In essence, we were able to draw five core areas and 14 strategies within the nursing domain to assist in the development of NAR roles both at the organizational level (i.e. department of nursing within a hospital) and relating to professional nursing associations (Additional file 1: Table S1). In conjunction with improving nursing education/training, conducting research on NAR, creating career development pathways, enlisting multidisciplinary support, and building cross-country collaboration, government-level involvement and degree of commitment will ultimately promote or hinder NAR potential contributions to the health. If governments recognize the potential of this sizable health professional group, action is required to take a foundational step is establishing legislation on NAR and their scope of practice, and creating a professional regulatory system. Second, appropriate remuneration measures for NAR that align with career structures will strengthen the infrastructure for NAR development and sustainability.
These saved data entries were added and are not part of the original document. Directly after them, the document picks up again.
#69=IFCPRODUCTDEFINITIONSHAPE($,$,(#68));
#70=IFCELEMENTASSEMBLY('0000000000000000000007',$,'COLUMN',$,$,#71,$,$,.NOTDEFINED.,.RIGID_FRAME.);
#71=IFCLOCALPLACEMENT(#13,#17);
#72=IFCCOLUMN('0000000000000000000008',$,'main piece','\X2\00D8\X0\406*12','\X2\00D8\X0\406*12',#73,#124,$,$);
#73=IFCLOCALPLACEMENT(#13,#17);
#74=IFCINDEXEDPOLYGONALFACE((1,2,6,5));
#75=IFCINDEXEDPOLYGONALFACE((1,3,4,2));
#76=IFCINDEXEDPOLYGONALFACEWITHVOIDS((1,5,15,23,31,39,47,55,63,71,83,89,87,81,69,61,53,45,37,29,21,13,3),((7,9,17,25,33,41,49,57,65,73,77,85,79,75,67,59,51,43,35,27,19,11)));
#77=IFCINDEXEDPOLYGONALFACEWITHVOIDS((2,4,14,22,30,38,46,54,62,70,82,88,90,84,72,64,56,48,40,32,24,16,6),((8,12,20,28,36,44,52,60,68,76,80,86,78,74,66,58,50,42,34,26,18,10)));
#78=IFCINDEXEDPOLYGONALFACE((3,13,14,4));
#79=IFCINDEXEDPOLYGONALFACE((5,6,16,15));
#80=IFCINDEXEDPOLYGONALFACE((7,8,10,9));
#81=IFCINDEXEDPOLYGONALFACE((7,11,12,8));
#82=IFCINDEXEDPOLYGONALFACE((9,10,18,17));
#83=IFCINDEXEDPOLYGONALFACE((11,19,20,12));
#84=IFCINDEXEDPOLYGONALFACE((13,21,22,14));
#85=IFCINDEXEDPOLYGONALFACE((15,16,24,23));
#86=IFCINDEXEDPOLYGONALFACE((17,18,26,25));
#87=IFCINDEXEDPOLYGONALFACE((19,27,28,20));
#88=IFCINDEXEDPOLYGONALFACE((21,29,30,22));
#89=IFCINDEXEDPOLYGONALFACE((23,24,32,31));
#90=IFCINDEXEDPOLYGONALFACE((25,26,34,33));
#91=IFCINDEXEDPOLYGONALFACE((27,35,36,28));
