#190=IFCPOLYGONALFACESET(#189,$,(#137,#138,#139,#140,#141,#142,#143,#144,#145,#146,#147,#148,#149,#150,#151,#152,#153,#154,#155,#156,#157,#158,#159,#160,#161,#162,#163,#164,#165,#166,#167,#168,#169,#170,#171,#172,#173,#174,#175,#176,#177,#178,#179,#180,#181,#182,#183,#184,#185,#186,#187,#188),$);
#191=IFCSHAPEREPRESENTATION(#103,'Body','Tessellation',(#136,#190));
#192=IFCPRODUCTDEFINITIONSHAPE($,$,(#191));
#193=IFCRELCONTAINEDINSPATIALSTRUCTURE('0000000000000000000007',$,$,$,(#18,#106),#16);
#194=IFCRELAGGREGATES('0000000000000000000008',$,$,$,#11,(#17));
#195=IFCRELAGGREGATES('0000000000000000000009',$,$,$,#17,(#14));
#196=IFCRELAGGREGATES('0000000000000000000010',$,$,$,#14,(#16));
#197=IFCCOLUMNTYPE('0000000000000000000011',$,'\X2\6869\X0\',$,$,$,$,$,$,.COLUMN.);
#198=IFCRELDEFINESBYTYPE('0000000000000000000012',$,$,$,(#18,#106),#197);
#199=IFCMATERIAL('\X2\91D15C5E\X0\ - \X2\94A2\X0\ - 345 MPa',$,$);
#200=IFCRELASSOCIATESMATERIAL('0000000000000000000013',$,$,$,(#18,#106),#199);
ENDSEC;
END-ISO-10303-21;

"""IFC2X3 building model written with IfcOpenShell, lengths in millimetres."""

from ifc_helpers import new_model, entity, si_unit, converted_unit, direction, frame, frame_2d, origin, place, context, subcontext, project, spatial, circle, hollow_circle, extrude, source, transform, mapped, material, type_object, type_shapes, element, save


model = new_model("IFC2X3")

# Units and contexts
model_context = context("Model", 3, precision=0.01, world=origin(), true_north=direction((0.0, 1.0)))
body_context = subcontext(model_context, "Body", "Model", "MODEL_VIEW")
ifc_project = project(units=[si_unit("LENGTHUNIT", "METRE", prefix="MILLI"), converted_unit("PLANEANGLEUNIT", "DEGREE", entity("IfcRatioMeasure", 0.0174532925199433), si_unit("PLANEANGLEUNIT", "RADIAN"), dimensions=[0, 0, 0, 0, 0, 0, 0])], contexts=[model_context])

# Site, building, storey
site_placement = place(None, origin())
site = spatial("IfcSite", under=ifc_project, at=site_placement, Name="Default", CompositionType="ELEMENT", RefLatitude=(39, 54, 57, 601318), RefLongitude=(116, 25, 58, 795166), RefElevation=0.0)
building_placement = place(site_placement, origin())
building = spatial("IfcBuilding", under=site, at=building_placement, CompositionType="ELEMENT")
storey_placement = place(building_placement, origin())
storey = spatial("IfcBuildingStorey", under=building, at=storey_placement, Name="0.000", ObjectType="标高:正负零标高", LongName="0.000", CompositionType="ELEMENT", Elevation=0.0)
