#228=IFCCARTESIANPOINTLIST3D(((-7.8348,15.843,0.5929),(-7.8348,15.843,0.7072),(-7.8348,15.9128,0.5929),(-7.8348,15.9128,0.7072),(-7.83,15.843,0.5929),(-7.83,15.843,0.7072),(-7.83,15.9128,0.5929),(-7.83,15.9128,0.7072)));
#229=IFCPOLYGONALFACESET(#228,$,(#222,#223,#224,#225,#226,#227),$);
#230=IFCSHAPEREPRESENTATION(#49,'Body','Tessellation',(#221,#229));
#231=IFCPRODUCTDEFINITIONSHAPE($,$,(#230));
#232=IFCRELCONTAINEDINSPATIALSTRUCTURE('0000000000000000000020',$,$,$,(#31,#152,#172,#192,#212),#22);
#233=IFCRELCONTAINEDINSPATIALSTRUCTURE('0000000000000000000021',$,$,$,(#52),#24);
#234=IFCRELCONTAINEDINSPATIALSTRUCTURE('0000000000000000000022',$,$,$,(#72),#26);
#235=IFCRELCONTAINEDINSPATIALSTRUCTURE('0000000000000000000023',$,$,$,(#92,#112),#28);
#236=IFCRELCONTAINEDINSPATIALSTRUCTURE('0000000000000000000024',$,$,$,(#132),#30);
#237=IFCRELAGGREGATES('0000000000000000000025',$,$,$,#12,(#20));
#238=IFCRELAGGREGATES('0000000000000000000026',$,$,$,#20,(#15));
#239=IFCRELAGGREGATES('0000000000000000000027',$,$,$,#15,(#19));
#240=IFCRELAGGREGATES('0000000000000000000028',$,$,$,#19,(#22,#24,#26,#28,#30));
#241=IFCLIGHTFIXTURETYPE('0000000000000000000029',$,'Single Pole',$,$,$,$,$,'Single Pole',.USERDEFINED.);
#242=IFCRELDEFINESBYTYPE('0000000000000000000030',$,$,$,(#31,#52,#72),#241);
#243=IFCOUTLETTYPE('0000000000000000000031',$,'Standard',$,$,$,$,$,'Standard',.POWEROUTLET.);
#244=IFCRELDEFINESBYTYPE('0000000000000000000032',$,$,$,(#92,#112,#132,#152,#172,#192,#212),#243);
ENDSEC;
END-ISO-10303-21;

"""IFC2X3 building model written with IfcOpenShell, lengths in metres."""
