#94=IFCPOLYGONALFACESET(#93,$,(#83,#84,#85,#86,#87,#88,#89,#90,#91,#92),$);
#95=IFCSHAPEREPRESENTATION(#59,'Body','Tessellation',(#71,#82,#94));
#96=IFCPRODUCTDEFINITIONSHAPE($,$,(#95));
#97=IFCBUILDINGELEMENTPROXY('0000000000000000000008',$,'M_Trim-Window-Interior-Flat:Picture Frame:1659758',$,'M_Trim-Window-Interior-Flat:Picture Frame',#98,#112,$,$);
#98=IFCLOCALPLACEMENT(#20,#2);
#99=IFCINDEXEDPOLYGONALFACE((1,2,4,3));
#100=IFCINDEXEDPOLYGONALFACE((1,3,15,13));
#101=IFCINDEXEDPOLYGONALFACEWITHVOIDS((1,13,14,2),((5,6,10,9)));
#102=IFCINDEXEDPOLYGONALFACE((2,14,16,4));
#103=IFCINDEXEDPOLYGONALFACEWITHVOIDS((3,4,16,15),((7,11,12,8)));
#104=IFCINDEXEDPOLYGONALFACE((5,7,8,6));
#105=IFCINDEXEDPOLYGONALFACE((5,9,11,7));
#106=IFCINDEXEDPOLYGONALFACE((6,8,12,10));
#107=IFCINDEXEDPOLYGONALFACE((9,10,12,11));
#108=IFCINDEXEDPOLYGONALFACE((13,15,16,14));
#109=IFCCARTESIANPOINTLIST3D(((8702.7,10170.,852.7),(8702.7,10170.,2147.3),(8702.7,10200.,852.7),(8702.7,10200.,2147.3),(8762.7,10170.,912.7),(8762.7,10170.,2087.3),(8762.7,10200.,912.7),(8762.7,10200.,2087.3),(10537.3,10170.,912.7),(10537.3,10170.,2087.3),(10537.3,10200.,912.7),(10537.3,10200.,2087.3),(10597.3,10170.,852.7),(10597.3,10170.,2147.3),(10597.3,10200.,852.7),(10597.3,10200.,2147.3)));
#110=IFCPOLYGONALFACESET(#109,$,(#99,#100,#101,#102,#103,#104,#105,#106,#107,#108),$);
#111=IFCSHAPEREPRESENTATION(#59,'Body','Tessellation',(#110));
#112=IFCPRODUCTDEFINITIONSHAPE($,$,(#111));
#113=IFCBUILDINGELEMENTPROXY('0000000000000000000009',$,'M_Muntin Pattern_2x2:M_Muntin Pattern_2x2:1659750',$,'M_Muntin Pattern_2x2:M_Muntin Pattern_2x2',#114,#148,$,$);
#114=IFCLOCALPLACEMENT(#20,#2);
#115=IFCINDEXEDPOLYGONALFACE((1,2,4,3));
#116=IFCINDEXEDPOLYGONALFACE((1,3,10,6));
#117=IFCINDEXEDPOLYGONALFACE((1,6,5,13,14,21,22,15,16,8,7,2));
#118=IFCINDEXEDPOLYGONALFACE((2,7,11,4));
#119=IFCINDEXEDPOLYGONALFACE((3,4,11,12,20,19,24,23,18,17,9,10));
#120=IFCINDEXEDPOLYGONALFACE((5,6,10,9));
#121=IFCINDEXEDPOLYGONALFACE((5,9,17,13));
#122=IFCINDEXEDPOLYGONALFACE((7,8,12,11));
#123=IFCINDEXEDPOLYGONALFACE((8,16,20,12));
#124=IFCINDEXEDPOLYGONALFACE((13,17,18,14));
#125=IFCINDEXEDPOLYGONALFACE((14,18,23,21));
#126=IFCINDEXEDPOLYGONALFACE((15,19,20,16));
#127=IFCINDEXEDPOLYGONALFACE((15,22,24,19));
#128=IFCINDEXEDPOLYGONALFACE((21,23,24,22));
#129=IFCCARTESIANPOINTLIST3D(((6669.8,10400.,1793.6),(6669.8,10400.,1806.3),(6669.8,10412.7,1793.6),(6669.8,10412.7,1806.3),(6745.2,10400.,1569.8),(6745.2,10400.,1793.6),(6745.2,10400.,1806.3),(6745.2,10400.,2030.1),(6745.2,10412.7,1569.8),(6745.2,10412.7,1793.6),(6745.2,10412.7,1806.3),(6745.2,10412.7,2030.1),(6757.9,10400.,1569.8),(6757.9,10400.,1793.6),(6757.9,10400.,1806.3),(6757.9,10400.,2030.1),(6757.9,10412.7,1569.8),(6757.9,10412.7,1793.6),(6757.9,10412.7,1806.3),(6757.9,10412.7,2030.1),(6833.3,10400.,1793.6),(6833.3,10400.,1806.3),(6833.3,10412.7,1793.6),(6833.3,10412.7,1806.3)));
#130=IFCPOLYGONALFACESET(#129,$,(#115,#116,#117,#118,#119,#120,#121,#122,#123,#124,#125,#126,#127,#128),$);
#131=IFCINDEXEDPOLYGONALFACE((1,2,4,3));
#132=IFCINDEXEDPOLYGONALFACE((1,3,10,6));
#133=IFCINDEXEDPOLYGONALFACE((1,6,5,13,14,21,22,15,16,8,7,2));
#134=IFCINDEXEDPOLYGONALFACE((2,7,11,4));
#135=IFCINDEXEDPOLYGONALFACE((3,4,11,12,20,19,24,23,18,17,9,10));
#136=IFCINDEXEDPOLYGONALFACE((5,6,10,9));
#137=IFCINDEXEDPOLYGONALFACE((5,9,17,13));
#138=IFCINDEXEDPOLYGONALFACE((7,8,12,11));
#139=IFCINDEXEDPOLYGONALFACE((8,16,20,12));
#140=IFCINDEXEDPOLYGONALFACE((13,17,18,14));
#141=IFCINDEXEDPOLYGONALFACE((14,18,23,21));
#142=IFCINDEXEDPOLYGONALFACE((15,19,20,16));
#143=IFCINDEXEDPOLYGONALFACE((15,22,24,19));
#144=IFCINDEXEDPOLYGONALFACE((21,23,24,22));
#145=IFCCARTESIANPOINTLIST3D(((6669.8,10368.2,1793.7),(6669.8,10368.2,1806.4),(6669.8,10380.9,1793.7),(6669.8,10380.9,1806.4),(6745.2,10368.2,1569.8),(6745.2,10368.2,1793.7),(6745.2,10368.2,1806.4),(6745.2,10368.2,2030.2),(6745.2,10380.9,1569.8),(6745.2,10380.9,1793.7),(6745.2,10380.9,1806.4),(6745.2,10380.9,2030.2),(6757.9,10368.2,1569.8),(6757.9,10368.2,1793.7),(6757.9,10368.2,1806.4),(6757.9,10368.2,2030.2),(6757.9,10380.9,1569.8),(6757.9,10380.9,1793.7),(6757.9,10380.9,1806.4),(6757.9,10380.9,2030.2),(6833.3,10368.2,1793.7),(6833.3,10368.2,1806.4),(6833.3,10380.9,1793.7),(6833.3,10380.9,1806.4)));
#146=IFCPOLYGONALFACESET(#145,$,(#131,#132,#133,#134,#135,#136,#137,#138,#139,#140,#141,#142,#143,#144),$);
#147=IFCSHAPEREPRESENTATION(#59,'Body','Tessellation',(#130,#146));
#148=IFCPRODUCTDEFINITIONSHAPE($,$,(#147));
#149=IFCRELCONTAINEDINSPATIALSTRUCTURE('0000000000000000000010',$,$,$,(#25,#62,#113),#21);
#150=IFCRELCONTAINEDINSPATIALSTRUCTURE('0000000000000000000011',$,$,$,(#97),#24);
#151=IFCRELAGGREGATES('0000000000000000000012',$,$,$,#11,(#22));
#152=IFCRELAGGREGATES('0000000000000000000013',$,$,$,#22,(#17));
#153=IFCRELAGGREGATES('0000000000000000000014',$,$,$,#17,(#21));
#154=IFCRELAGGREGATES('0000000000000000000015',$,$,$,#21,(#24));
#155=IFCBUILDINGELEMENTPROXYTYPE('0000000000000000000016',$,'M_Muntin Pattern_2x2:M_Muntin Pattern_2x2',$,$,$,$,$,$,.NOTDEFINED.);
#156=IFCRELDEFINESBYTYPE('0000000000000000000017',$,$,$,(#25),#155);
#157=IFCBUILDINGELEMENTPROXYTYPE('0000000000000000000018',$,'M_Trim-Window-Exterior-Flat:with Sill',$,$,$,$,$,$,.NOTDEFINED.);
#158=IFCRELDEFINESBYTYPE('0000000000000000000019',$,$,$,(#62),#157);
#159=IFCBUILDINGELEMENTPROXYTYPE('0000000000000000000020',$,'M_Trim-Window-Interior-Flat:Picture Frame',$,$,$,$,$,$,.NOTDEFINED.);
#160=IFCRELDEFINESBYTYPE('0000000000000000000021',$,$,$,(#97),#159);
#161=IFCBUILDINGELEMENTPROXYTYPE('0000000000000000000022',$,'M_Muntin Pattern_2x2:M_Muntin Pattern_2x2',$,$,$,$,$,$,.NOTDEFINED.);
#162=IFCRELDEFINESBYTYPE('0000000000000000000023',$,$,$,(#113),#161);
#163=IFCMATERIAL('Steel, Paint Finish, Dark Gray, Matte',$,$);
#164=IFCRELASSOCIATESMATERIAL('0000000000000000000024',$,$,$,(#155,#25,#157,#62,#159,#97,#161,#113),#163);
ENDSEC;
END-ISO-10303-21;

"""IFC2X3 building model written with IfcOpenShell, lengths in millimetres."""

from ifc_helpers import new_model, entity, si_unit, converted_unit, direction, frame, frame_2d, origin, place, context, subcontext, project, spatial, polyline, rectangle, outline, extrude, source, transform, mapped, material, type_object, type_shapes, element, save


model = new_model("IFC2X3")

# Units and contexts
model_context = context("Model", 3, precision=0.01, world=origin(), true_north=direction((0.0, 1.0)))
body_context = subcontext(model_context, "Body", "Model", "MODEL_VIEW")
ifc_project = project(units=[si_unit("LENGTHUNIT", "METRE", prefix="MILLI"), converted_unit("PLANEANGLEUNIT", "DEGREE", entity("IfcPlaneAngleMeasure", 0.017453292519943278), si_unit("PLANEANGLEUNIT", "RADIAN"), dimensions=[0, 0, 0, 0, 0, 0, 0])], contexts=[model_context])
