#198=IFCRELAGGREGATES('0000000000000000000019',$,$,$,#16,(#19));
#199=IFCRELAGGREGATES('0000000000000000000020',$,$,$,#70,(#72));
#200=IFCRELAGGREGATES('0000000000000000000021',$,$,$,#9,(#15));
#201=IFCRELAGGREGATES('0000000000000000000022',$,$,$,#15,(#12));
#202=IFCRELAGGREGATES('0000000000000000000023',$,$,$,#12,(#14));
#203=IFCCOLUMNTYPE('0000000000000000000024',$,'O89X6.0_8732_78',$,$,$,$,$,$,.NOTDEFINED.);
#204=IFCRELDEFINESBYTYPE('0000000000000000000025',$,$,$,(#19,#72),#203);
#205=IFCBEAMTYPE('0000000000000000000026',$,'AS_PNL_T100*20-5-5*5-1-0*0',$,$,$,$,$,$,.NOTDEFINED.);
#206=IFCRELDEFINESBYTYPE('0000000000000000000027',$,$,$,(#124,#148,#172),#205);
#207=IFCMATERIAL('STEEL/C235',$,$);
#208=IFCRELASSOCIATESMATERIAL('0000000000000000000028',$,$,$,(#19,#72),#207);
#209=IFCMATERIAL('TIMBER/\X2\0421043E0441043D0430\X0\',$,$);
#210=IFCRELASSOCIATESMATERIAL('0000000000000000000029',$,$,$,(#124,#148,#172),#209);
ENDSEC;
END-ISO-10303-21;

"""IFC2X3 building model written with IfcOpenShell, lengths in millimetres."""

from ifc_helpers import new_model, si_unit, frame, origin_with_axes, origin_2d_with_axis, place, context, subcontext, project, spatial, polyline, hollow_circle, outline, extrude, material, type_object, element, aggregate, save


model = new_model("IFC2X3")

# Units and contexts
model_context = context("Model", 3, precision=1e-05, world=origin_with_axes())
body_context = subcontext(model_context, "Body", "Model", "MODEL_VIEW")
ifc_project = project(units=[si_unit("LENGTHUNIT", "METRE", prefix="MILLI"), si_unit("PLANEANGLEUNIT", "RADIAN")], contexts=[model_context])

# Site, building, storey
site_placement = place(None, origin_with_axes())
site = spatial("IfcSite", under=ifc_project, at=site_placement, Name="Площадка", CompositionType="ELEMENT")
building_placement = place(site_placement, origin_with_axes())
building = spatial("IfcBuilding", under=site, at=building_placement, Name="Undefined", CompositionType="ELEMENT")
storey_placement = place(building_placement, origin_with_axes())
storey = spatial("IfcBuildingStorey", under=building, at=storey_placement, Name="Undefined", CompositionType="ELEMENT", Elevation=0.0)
Third, establishing supportive channels within government and private sectors and improving public understanding of NAR through media and social network platforms has the power to increase NAR involvement in the community and at the policy table. Finally, as rapid shifts in health issues and demographics are increasingly being observed, comprehensive national needs assessments are required to carefully examine priority areas for NAR, which can then guide educational preparation at the national level [24].

Conclusions

We found that demand for NAR is high in the WPR and presented recommendations for both the nursing community and at governmental-level to enhance NAR development and contributions for equitable healthcare access. We suggest further research that collates and highlights best practices for how NAR development and collaboration are best realized within diverse sociocultural contexts, especially in relation to UHC at local and regional levels. Also research that coordinates dialogue among nurses in clinical and/or policy positions, academia, and international organizations, is needed to clarify advanced nursing roles across NP, APN, and NAR.